§ **Problem**: In the data below, find the line that contains "#69=IFCPRODUCTDEFINITIONSHAPE($,$,(#68));" and the line that contains "#98=IFCINDEXEDPOLYGONALFACE((1,5,6,10,9,13,14,2));". Copy both, plus every line between them, exactly.

§ **The data**:
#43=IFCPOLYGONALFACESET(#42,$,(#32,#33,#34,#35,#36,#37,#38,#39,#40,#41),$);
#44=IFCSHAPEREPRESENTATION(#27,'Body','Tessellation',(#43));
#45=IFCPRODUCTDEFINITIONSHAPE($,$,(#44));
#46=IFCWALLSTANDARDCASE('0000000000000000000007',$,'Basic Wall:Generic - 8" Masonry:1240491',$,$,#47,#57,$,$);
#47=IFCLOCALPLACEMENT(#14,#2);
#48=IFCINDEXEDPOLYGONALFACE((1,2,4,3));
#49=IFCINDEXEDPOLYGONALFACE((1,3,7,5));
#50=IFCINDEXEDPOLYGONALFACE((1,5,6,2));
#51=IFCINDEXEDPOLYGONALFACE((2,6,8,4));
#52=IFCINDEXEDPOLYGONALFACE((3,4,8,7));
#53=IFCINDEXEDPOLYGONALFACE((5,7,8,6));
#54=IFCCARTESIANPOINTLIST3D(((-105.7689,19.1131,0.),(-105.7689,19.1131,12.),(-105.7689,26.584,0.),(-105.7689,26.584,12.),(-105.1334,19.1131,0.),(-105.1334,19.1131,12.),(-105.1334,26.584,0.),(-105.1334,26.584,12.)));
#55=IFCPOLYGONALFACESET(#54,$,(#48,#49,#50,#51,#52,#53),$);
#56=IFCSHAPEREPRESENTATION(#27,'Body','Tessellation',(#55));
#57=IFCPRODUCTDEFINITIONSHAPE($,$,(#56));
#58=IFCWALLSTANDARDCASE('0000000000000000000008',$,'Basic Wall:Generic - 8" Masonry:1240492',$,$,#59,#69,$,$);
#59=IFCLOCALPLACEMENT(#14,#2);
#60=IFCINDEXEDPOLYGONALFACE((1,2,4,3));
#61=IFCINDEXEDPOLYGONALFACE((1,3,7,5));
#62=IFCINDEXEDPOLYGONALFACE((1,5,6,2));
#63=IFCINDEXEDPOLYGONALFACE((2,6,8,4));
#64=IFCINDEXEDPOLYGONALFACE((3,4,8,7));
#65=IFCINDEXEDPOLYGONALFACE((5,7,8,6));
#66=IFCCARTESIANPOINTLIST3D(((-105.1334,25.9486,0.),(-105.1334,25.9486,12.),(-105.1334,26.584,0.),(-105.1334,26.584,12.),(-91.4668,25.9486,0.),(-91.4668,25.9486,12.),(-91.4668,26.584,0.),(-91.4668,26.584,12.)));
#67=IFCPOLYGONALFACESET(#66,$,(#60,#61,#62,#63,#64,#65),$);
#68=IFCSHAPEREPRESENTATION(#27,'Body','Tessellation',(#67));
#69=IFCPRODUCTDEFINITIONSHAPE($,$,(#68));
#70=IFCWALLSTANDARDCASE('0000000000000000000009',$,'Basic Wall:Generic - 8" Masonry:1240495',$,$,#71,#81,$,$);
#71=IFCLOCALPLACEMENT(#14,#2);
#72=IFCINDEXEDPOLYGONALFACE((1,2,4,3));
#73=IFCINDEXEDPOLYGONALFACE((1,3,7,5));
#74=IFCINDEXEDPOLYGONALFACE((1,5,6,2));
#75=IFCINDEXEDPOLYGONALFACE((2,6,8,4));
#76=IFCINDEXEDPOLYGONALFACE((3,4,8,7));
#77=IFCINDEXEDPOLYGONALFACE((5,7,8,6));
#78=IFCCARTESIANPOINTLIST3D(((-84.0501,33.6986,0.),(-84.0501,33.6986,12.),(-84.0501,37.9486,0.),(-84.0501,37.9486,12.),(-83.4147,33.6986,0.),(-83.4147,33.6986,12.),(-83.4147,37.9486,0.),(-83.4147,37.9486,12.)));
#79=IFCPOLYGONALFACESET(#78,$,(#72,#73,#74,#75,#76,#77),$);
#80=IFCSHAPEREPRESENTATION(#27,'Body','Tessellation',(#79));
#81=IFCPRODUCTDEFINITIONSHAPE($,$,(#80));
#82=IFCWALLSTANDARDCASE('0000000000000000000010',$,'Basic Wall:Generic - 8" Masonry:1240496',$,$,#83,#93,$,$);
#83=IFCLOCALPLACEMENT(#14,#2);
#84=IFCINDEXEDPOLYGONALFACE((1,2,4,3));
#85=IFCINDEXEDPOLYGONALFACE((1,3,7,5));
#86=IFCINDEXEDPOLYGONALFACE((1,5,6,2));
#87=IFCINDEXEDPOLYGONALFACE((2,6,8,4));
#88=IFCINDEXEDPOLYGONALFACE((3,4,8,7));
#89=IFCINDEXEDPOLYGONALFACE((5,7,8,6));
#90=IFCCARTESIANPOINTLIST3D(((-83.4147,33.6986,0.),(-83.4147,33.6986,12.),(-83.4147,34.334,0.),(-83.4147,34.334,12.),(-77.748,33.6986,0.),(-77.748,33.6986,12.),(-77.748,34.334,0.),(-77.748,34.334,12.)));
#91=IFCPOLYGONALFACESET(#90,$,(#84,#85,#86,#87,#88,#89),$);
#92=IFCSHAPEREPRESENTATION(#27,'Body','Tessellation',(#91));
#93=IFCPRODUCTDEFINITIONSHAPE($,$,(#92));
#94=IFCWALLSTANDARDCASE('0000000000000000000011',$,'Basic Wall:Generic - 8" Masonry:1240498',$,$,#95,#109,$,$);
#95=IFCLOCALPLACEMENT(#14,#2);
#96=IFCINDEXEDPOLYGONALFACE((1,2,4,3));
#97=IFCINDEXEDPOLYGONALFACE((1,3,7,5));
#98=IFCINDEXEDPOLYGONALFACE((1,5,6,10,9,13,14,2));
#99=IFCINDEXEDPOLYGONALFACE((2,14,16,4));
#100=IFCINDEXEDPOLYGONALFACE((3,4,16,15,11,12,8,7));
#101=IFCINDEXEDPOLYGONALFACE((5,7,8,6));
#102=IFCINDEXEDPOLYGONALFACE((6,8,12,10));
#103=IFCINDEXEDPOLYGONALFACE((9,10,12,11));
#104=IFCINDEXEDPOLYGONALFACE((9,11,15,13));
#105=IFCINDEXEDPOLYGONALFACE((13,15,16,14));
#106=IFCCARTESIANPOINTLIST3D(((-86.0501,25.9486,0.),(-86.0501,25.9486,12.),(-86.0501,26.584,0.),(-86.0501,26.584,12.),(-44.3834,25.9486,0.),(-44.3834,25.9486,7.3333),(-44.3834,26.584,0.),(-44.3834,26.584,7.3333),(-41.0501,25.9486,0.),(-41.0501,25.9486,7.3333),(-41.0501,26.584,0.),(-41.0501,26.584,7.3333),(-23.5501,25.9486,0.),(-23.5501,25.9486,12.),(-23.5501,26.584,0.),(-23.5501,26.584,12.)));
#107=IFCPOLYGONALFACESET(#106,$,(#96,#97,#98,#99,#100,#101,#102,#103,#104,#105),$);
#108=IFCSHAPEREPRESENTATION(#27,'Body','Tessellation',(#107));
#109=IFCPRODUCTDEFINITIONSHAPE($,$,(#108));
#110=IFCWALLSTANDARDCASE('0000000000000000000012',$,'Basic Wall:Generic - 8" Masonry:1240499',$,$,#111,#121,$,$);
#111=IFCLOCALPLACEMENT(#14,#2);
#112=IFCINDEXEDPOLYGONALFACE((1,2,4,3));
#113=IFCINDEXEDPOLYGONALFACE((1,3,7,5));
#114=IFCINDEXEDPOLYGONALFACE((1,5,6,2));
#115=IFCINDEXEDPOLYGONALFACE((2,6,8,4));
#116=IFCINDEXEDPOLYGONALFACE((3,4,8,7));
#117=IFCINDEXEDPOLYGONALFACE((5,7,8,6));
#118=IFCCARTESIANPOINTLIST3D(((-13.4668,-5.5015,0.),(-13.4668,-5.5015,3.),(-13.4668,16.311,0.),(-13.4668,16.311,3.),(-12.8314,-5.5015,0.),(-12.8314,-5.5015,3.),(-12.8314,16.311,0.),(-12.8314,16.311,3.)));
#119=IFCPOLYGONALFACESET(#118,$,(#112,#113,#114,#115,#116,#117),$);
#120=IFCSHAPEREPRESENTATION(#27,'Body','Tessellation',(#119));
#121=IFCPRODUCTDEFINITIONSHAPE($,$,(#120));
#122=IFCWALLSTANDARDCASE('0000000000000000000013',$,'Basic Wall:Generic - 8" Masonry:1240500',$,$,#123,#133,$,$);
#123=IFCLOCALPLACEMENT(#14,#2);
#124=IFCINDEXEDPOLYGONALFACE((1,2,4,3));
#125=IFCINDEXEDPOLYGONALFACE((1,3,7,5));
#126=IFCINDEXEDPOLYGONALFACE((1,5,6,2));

§ **Answer to the exercise**:
#69=IFCPRODUCTDEFINITIONSHAPE($,$,(#68));
#70=IFCWALLSTANDARDCASE('0000000000000000000009',$,'Basic Wall:Generic - 8" Masonry:1240495',$,$,#71,#81,$,$);
#71=IFCLOCALPLACEMENT(#14,#2);
#72=IFCINDEXEDPOLYGONALFACE((1,2,4,3));
#73=IFCINDEXEDPOLYGONALFACE((1,3,7,5));
#74=IFCINDEXEDPOLYGONALFACE((1,5,6,2));
#75=IFCINDEXEDPOLYGONALFACE((2,6,8,4));
#76=IFCINDEXEDPOLYGONALFACE((3,4,8,7));
#77=IFCINDEXEDPOLYGONALFACE((5,7,8,6));
#78=IFCCARTESIANPOINTLIST3D(((-84.0501,33.6986,0.),(-84.0501,33.6986,12.),(-84.0501,37.9486,0.),(-84.0501,37.9486,12.),(-83.4147,33.6986,0.),(-83.4147,33.6986,12.),(-83.4147,37.9486,0.),(-83.4147,37.9486,12.)));
#79=IFCPOLYGONALFACESET(#78,$,(#72,#73,#74,#75,#76,#77),$);
#80=IFCSHAPEREPRESENTATION(#27,'Body','Tessellation',(#79));
#81=IFCPRODUCTDEFINITIONSHAPE($,$,(#80));
#82=IFCWALLSTANDARDCASE('0000000000000000000010',$,'Basic Wall:Generic - 8" Masonry:1240496',$,$,#83,#93,$,$);
#83=IFCLOCALPLACEMENT(#14,#2);
#84=IFCINDEXEDPOLYGONALFACE((1,2,4,3));
#85=IFCINDEXEDPOLYGONALFACE((1,3,7,5));
#86=IFCINDEXEDPOLYGONALFACE((1,5,6,2));
#87=IFCINDEXEDPOLYGONALFACE((2,6,8,4));
#88=IFCINDEXEDPOLYGONALFACE((3,4,8,7));
#89=IFCINDEXEDPOLYGONALFACE((5,7,8,6));
#90=IFCCARTESIANPOINTLIST3D(((-83.4147,33.6986,0.),(-83.4147,33.6986,12.),(-83.4147,34.334,0.),(-83.4147,34.334,12.),(-77.748,33.6986,0.),(-77.748,33.6986,12.),(-77.748,34.334,0.),(-77.748,34.334,12.)));
#91=IFCPOLYGONALFACESET(#90,$,(#84,#85,#86,#87,#88,#89),$);
#92=IFCSHAPEREPRESENTATION(#27,'Body','Tessellation',(#91));
#93=IFCPRODUCTDEFINITIONSHAPE($,$,(#92));
#94=IFCWALLSTANDARDCASE('0000000000000000000011',$,'Basic Wall:Generic - 8" Masonry:1240498',$,$,#95,#109,$,$);
#95=IFCLOCALPLACEMENT(#14,#2);
#96=IFCINDEXEDPOLYGONALFACE((1,2,4,3));
#97=IFCINDEXEDPOLYGONALFACE((1,3,7,5));
#98=IFCINDEXEDPOLYGONALFACE((1,5,6,10,9,13,14,2));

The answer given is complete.